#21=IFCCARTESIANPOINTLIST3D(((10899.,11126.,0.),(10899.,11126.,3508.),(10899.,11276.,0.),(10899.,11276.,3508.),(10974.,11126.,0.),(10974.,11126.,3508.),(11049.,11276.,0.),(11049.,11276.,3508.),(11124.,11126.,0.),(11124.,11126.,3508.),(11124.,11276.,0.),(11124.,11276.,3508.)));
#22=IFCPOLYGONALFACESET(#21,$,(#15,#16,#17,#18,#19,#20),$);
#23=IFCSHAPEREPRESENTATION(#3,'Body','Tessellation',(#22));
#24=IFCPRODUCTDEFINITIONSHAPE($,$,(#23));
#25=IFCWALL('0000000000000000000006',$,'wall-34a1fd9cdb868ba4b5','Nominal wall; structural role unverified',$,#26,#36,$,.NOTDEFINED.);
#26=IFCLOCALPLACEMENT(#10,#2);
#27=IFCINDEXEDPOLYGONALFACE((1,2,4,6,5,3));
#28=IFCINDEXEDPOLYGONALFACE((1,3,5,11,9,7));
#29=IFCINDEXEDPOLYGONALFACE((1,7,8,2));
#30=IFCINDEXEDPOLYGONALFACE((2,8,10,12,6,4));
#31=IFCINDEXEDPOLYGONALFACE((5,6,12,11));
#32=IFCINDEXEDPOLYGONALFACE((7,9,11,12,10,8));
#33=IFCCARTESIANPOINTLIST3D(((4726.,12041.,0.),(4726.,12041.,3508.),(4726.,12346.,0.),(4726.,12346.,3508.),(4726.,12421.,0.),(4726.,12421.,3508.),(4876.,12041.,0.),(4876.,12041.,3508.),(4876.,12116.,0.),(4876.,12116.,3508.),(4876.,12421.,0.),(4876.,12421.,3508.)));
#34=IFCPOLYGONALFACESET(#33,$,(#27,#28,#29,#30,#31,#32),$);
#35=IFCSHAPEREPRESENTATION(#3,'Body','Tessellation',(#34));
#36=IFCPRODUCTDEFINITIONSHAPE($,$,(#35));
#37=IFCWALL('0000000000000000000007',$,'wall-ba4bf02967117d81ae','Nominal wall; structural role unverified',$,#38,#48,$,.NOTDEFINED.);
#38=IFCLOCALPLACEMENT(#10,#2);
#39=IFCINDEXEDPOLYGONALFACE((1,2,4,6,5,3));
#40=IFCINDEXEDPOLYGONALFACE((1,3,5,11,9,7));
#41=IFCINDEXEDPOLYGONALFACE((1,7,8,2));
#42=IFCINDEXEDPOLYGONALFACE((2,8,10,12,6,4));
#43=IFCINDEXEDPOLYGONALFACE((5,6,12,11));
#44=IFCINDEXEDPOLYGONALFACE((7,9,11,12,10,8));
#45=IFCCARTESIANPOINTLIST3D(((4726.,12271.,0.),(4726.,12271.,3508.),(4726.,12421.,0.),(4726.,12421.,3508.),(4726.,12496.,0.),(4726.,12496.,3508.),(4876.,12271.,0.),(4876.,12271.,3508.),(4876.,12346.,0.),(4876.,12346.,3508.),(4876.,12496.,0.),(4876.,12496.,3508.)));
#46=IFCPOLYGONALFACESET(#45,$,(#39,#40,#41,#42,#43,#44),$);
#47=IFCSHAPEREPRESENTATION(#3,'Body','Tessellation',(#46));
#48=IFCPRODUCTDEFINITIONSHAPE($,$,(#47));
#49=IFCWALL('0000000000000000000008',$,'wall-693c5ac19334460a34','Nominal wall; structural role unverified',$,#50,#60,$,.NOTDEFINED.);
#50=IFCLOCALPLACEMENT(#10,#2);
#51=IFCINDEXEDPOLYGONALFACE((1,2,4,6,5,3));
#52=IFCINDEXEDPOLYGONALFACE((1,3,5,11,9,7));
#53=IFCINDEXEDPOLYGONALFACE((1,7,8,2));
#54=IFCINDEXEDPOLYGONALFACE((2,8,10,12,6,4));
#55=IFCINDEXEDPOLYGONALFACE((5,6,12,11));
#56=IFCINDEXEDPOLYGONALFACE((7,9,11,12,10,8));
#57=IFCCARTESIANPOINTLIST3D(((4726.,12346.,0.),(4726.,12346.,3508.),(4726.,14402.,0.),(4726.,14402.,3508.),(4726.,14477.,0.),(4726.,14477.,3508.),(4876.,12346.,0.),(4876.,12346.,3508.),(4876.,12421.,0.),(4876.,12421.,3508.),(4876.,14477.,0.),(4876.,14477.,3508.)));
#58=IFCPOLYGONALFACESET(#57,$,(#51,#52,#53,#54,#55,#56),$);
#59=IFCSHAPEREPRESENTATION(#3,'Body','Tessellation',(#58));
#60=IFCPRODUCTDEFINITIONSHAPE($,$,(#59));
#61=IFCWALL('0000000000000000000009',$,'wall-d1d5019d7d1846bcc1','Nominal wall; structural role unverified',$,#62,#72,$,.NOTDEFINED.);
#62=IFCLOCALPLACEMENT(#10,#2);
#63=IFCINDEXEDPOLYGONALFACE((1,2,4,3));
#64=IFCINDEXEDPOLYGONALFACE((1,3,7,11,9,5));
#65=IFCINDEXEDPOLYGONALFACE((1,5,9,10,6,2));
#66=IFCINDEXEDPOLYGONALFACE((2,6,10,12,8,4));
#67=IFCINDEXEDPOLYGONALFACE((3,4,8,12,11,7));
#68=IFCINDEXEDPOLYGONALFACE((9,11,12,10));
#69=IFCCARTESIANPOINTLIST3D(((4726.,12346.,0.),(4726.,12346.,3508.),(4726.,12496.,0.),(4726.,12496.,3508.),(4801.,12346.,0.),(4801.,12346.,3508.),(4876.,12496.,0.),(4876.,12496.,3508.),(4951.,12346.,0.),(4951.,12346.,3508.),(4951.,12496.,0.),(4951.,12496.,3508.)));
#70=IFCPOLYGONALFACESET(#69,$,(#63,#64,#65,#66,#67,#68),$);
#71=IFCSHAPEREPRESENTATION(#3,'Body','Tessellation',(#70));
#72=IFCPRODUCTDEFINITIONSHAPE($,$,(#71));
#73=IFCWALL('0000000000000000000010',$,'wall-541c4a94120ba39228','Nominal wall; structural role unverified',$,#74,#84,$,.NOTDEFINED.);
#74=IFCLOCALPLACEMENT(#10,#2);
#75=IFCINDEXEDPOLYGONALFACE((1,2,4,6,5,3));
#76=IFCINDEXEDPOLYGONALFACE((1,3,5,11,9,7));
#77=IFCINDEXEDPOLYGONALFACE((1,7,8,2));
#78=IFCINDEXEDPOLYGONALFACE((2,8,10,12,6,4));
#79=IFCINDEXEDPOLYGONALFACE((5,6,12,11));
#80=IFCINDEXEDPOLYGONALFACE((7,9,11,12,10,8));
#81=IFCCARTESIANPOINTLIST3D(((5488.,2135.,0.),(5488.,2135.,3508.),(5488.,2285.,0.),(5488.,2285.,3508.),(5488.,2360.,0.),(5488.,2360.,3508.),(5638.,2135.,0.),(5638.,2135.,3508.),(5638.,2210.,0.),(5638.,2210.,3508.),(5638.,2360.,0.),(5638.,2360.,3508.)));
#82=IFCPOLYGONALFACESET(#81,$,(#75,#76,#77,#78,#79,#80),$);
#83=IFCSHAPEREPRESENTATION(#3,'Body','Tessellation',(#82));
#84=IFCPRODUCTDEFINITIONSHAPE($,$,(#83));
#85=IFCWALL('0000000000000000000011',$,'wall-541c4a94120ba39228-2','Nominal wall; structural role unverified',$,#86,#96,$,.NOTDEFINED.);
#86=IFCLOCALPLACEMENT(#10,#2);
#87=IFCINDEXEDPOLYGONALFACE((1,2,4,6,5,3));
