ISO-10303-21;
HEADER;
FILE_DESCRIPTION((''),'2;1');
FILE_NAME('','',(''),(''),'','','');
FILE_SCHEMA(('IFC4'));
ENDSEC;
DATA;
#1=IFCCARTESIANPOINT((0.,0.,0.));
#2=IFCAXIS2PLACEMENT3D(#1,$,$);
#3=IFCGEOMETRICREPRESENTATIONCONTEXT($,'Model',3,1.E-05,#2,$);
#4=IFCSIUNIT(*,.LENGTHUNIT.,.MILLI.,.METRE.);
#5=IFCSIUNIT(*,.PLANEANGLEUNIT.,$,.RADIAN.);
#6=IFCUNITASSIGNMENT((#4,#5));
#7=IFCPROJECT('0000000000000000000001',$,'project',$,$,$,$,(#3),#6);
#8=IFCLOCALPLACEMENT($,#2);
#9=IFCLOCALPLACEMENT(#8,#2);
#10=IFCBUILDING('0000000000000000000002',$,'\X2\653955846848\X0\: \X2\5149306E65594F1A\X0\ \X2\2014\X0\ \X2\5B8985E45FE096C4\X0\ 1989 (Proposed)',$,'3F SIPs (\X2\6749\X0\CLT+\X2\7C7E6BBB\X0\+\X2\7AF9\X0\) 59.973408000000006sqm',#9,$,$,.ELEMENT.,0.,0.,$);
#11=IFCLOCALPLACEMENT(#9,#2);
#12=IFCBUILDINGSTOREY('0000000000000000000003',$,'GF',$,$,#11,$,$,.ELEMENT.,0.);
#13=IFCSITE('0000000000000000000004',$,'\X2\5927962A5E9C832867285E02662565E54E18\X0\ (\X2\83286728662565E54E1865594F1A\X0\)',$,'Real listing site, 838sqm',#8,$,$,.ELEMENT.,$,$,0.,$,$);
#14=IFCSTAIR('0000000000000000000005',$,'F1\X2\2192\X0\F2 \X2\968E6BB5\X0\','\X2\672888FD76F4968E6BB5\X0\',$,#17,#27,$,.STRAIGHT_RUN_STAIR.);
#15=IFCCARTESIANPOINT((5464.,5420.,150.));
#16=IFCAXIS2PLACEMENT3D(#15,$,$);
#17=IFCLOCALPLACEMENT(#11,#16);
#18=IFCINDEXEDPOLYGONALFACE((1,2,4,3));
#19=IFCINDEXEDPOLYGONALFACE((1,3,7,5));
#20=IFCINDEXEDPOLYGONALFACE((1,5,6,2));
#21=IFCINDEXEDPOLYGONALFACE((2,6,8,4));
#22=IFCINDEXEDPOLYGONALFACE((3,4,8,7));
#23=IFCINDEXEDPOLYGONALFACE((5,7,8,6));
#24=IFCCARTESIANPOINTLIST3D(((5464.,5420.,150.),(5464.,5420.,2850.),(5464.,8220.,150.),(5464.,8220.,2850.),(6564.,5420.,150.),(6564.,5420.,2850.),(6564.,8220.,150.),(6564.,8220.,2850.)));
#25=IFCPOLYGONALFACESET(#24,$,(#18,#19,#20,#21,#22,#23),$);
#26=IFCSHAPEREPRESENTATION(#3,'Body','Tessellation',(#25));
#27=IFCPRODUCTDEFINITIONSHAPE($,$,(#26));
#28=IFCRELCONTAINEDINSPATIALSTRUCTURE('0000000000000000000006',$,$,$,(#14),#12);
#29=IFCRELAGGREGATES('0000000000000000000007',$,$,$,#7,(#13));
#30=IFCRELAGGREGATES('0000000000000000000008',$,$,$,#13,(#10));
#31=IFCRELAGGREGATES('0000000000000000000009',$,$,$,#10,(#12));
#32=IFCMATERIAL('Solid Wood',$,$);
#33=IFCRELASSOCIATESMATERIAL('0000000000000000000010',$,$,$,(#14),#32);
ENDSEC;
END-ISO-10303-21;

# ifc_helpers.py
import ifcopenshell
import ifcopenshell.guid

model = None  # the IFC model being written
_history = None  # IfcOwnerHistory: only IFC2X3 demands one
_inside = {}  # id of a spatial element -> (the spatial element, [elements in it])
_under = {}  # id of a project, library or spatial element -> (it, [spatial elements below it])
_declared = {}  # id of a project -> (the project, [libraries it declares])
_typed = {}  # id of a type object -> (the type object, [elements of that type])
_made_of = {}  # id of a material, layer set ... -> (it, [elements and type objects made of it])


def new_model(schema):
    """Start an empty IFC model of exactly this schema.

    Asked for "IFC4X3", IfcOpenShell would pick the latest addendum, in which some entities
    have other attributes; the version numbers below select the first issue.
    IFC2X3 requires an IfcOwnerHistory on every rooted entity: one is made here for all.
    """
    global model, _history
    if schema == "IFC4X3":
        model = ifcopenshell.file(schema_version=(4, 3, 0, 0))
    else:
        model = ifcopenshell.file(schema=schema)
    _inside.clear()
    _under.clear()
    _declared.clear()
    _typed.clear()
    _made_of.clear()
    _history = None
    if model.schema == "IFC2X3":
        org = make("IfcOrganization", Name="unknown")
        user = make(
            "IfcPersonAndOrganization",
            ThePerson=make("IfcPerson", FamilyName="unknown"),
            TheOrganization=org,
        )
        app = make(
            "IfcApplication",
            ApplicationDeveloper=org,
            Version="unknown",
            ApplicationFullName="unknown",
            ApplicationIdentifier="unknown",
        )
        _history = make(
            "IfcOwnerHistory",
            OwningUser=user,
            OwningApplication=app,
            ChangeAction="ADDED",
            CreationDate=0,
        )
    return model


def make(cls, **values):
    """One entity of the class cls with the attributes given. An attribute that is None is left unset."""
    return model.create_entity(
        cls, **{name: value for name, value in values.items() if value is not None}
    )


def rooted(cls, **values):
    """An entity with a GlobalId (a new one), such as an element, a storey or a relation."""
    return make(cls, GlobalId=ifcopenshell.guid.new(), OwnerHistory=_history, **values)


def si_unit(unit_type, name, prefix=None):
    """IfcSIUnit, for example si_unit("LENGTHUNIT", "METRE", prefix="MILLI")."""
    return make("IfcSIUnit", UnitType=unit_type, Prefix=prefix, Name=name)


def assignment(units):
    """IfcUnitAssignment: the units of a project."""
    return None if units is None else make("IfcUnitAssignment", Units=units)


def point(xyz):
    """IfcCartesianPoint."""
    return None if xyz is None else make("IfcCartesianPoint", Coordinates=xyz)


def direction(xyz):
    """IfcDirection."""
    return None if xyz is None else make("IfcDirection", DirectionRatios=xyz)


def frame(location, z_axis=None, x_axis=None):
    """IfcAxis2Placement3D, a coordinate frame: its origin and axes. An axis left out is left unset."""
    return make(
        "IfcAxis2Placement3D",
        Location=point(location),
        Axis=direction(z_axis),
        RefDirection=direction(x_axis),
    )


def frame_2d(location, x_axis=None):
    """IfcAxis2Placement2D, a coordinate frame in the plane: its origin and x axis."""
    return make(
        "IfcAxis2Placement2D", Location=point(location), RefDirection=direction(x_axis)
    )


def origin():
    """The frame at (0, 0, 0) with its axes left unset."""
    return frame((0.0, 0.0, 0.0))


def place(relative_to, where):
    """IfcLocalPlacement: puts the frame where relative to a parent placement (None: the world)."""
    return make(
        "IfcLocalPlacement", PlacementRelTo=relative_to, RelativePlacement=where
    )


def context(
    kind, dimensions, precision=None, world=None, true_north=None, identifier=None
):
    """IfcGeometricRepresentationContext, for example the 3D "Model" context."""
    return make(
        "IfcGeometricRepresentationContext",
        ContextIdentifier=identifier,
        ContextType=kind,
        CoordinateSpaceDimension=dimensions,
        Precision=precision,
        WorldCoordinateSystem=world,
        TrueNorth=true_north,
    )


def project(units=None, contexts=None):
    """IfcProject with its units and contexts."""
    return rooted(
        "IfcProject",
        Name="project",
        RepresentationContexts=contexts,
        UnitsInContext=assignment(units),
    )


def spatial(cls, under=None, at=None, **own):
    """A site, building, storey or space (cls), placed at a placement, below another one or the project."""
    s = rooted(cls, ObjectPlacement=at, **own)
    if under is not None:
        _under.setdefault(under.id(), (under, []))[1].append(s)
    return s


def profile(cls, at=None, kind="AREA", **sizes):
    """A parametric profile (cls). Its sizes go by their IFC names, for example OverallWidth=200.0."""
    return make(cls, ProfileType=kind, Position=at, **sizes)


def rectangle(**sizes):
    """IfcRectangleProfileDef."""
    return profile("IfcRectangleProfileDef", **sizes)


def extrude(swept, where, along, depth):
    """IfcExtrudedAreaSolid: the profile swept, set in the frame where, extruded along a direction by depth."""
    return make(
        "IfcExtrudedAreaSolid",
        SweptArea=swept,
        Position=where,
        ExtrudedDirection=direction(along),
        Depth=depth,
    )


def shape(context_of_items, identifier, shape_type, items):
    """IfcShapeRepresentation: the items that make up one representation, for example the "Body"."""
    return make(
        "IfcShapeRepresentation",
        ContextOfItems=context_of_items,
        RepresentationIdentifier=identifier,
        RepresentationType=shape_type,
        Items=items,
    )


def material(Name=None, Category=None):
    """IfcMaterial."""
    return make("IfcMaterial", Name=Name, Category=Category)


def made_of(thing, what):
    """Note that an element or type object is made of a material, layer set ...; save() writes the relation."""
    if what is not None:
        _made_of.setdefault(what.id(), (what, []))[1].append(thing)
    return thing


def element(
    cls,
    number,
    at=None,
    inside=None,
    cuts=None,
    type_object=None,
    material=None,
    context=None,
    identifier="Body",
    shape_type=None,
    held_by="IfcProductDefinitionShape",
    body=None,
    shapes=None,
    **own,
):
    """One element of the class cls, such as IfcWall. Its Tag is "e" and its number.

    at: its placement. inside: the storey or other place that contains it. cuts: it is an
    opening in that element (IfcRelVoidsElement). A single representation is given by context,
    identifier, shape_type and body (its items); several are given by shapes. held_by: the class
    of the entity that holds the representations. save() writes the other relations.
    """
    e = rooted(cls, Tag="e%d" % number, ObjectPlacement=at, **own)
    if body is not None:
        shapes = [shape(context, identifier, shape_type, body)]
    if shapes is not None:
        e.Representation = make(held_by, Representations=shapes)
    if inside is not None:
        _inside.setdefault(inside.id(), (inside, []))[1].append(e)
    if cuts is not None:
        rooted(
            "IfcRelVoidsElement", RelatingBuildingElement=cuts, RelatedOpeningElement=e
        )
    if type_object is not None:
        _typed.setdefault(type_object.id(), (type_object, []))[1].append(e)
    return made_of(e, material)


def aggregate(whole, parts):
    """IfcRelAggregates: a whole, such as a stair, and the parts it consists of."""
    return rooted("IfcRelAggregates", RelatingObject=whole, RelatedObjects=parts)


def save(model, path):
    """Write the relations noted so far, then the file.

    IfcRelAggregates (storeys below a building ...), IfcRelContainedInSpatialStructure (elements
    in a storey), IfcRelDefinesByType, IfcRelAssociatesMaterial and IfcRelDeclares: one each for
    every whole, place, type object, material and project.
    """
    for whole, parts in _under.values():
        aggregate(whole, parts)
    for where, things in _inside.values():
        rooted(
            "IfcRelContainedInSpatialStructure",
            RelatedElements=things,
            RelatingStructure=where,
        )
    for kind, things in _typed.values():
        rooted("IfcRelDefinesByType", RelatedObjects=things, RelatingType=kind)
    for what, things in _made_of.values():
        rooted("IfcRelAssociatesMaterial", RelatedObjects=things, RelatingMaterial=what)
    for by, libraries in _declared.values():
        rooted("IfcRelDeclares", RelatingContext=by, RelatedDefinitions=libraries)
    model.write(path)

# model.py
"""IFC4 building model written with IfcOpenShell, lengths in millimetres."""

from ifc_helpers import new_model, si_unit, frame, frame_2d, origin, place, context, project, spatial, rectangle, extrude, material, element, save


model = new_model("IFC4")

# Units and contexts
model_context = context("Model", 3, precision=1e-05, world=origin())
ifc_project = project(units=[si_unit("LENGTHUNIT", "METRE", prefix="MILLI"), si_unit("PLANEANGLEUNIT", "RADIAN")], contexts=[model_context])

# Site, building, storey
site_placement = place(None, origin())
site = spatial("IfcSite", under=ifc_project, at=site_placement, Name="大阪府茨木市春日丘 (茨木春日丘教会)", ObjectType="Real listing site, 838sqm", CompositionType="ELEMENT", RefElevation=0.0)
building_placement = place(site_placement, origin())
building = spatial("IfcBuilding", under=site, at=building_placement, Name="改善案: 光の教会 — 安藤忠雄 1989 (Proposed)", ObjectType="3F SIPs (杉CLT+籾殻+竹) 59.973408000000006sqm", CompositionType="ELEMENT", ElevationOfRefHeight=0.0, ElevationOfTerrain=0.0)
storey_placement = place(building_placement, origin())
storey = spatial("IfcBuildingStorey", under=building, at=storey_placement, Name="GF", CompositionType="ELEMENT", Elevation=0.0)

# Shared definitions
ifc_material_1 = material(Name="Solid Wood")

# Stair
stair_placement = place(storey_placement, frame((5464.0, 5420.0, 150.0)))
element("IfcStair", 1, at=stair_placement, inside=storey, material=ifc_material_1, Name="F1→F2 階段", Description="木製直階段", PredefinedType="STRAIGHT_RUN_STAIR", context=model_context, shape_type="SweptSolid", body=[
    extrude(rectangle(XDim=1100.0, YDim=2800.0, at=frame_2d((550.0, 1400.0))), frame((5464.0, 5420.0, 150.0)), (0.0, 0.0, 1.0), 2700.0),
])

save(model, "model.ifc")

[Exercise directions] Copy out the lines above that hold the string "clear".

[Result of this task]
    _inside.clear()
    _under.clear()
    _declared.clear()
    _typed.clear()
    _made_of.clear()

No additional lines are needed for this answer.